The protocol demonstrated 93.3% accuracy, 91.7% precision, 82.5% sensitivity, and 97.3% specificity, and on considering positive samples as those with Ct<30 (for the N-gene), the sensitivity and specificity increased to 100% and 98.5%, respectively, with 94.7% positive predictive value (PPV). The findings indicated that the diagnostic protocol could accurately detect SARS-CoV-2 and its variants.

However, multiplexing the N1 gene and the N2 gene together led to the generation of a non-specific 944 base pair (bp) DNA fragment since the two corresponding amplicons were situated close to each other.
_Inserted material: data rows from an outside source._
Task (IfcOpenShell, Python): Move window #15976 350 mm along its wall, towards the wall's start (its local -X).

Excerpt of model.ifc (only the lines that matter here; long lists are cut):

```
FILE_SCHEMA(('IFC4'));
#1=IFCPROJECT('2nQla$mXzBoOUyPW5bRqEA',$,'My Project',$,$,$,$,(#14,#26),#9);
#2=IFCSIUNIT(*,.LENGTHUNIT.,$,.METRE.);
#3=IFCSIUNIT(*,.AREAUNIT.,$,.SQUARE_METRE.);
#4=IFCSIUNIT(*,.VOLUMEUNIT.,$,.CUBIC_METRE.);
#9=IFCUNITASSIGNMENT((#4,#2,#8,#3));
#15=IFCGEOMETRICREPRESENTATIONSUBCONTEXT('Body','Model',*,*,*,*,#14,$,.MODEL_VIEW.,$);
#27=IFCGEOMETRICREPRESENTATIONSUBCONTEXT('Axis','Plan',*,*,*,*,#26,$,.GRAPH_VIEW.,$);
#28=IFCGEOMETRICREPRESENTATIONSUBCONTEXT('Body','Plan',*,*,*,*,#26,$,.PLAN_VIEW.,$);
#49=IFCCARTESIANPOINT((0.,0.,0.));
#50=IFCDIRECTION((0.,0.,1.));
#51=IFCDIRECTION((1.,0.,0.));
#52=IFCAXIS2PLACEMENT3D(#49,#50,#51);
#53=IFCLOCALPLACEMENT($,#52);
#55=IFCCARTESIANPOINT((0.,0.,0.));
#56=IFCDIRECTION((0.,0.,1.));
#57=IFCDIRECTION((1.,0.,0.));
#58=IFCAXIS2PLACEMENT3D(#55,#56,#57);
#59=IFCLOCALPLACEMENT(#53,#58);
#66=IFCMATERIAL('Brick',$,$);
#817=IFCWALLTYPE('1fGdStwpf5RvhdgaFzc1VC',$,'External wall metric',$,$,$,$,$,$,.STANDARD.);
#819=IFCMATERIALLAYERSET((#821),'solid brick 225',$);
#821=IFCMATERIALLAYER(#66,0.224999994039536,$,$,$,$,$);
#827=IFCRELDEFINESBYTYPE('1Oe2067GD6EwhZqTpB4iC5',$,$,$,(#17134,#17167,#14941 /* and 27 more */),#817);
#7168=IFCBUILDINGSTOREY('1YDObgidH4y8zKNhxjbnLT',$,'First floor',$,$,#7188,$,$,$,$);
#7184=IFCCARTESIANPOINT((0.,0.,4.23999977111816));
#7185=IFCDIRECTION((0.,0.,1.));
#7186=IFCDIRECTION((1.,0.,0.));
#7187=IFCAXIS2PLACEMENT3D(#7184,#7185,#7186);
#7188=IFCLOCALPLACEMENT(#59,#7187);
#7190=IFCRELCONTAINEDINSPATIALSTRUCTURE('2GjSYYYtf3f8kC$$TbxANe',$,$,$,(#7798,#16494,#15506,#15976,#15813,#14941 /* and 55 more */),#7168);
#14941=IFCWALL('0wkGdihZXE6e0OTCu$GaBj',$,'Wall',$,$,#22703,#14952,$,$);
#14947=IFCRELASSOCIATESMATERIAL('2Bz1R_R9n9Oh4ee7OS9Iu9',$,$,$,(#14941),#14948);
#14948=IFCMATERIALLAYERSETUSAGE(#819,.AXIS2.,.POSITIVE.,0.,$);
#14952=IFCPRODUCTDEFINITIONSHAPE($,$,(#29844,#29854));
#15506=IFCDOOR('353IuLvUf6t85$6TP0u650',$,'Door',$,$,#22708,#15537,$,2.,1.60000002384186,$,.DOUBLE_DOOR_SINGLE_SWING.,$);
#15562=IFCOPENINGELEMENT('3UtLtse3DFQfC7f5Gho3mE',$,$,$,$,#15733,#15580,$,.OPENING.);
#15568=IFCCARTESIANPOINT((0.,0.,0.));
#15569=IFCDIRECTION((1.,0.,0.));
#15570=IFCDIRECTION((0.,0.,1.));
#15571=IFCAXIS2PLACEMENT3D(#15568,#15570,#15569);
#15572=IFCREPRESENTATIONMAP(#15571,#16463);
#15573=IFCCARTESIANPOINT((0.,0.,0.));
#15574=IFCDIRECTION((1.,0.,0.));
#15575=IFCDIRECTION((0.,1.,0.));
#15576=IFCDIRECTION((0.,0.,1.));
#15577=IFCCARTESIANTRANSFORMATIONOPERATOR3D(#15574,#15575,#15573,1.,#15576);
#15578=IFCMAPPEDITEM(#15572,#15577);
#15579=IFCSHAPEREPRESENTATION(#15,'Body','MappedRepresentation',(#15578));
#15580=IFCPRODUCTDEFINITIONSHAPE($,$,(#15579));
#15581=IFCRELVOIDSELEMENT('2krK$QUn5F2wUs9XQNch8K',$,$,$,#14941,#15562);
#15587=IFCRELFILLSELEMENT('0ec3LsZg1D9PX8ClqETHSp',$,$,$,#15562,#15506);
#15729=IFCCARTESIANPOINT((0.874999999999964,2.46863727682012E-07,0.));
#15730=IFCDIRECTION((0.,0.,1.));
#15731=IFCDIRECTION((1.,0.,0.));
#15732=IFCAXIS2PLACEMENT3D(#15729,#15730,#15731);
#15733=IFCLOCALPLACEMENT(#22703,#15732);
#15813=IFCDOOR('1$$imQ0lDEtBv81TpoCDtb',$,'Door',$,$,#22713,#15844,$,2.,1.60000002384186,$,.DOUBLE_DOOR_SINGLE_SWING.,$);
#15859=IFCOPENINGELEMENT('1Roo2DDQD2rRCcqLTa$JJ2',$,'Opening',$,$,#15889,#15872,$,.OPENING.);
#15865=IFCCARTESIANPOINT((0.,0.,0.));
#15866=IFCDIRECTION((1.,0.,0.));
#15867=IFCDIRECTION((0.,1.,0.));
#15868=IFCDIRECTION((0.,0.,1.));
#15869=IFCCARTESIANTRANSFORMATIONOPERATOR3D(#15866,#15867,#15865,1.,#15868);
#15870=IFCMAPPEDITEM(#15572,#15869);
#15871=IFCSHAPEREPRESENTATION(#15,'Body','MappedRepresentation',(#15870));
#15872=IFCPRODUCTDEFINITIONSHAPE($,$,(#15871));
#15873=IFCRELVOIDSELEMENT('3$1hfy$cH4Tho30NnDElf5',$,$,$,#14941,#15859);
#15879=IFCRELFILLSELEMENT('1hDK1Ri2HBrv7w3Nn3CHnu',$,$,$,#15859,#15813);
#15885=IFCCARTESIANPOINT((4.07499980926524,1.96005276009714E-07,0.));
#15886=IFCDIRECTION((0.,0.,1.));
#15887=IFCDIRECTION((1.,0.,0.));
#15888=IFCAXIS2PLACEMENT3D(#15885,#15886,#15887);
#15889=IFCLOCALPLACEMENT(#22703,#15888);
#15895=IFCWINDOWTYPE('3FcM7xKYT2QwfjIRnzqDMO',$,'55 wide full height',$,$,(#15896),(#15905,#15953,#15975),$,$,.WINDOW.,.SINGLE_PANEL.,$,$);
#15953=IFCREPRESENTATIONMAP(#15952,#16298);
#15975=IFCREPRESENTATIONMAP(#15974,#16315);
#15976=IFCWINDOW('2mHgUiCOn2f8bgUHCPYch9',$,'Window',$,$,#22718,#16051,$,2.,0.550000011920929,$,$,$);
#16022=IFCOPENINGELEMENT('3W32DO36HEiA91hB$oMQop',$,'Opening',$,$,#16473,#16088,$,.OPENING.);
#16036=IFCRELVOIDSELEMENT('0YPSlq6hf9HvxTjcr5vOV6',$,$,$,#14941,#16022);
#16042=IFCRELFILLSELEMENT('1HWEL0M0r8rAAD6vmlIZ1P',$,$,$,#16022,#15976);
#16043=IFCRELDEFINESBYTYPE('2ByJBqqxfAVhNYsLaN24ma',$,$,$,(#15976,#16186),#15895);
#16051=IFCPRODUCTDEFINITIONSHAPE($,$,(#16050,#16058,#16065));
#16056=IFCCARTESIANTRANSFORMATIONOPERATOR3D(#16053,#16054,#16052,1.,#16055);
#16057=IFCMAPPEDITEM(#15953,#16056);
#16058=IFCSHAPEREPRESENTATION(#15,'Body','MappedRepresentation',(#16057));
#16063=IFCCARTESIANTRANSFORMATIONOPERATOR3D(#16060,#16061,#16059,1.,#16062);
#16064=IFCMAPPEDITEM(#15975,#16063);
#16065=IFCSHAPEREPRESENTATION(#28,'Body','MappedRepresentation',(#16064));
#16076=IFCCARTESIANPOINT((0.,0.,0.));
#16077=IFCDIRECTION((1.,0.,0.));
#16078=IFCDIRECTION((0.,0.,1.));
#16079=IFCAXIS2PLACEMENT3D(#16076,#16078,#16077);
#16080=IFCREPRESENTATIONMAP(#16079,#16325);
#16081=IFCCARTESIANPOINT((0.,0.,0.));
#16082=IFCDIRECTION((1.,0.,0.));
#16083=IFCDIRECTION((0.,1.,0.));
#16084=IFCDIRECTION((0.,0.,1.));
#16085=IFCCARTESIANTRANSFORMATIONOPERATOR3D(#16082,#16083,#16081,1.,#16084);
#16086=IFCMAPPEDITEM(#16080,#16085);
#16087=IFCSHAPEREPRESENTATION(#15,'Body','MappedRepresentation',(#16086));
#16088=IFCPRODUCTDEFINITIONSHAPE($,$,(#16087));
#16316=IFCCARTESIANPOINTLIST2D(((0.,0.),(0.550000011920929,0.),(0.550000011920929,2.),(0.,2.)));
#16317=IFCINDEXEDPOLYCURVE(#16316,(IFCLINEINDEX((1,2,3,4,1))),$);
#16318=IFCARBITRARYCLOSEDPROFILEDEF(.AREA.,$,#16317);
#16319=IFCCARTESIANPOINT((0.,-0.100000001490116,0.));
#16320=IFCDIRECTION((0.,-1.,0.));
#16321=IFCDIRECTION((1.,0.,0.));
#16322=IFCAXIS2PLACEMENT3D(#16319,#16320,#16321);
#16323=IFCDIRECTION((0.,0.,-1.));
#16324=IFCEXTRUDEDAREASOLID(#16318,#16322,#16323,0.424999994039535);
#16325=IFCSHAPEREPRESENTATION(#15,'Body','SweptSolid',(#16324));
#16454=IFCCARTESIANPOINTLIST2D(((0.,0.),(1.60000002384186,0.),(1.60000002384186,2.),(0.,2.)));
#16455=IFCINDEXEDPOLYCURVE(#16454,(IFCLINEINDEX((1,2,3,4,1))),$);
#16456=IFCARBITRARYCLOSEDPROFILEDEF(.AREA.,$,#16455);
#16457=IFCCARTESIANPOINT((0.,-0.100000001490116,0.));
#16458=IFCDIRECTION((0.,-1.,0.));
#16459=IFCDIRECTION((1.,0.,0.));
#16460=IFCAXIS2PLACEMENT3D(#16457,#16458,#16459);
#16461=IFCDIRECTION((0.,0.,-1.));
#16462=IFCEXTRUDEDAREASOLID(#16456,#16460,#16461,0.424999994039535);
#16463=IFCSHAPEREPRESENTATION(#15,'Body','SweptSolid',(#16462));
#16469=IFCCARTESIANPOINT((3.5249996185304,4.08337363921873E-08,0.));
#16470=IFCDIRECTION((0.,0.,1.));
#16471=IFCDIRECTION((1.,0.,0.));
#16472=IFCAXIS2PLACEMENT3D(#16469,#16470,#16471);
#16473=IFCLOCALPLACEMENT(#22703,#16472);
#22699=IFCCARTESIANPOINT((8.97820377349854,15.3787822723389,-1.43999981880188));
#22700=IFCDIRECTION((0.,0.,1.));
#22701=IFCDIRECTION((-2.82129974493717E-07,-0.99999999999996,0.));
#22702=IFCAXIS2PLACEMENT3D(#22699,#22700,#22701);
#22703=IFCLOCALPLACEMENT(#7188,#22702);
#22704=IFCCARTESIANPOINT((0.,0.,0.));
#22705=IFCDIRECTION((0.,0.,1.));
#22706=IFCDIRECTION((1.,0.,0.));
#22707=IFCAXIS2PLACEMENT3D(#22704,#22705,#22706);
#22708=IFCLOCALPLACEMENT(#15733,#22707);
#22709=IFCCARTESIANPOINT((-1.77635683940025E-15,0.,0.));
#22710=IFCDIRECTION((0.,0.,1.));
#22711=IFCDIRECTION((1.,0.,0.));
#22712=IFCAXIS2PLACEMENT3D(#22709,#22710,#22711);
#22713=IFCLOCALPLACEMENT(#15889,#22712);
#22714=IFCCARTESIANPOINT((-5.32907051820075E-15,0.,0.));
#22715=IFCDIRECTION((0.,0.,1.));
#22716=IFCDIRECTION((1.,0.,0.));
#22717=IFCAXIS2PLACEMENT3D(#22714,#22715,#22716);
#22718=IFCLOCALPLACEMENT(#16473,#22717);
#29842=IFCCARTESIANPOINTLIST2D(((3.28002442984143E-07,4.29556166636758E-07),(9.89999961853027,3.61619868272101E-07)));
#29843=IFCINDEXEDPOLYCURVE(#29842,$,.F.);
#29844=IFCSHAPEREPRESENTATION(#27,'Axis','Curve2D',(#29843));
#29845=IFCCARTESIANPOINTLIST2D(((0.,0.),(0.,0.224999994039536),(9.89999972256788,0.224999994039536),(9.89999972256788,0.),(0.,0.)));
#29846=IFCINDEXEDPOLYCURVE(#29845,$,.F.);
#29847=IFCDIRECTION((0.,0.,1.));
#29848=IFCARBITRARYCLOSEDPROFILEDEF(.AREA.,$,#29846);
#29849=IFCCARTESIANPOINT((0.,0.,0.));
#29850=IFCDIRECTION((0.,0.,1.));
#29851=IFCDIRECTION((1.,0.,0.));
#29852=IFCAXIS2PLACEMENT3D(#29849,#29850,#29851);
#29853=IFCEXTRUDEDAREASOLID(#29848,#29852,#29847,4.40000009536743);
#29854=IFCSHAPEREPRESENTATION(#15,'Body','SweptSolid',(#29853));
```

```python
import ifcopenshell
import ifcopenshell.api.geometry
import ifcopenshell.util.placement

model = ifcopenshell.open("model.ifc")

window = model.by_guid("2mHgUiCOn2f8bgUHCPYch9")
opening = window.FillsVoids[0].RelatingOpeningElement
wall = opening.VoidsElements[0].RelatingBuildingElement

wall_matrix = ifcopenshell.util.placement.get_local_placement(wall.ObjectPlacement)
shift = wall_matrix[:3, 0] * -0.35
before = ifcopenshell.util.placement.get_local_placement(window.ObjectPlacement)[:3, 3].copy()

# The window is placed relative to its opening, so it follows when the opening moves.
matrix = ifcopenshell.util.placement.get_local_placement(opening.ObjectPlacement)
matrix[:3, 3] += shift
ifcopenshell.api.geometry.edit_object_placement(
    model, product=opening, matrix=matrix, is_si=False, should_transform_children=True
)

after = ifcopenshell.util.placement.get_local_placement(window.ObjectPlacement)[:3, 3]
print("window moved by", (after - before).round(3) + 0.0)

model.write("model_updated.ifc")
```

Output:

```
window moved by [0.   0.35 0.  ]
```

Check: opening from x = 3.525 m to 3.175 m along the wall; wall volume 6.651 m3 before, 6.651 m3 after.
The formed 944bp-long fragment was an elongated product comprising the forward primer and reverse primer of the N1 gene and the N2, respectively. Since the fragment was added during the preparation of the genetic libraries library and ran simultaneously with all amplicons, it could give rise to a competitive NGS analysis and a lesser number of reads from DNA fragments under analysis.

Overall, the study findings showed that integrating multiplexed PCR assays, DNA barcoding, sample pooling, NGS, machine learning, and bioinformatics could be an effective diagnostic solution for high-throughput and accurate mass screening for SARS-CoV-2 variant and sequence variation detection.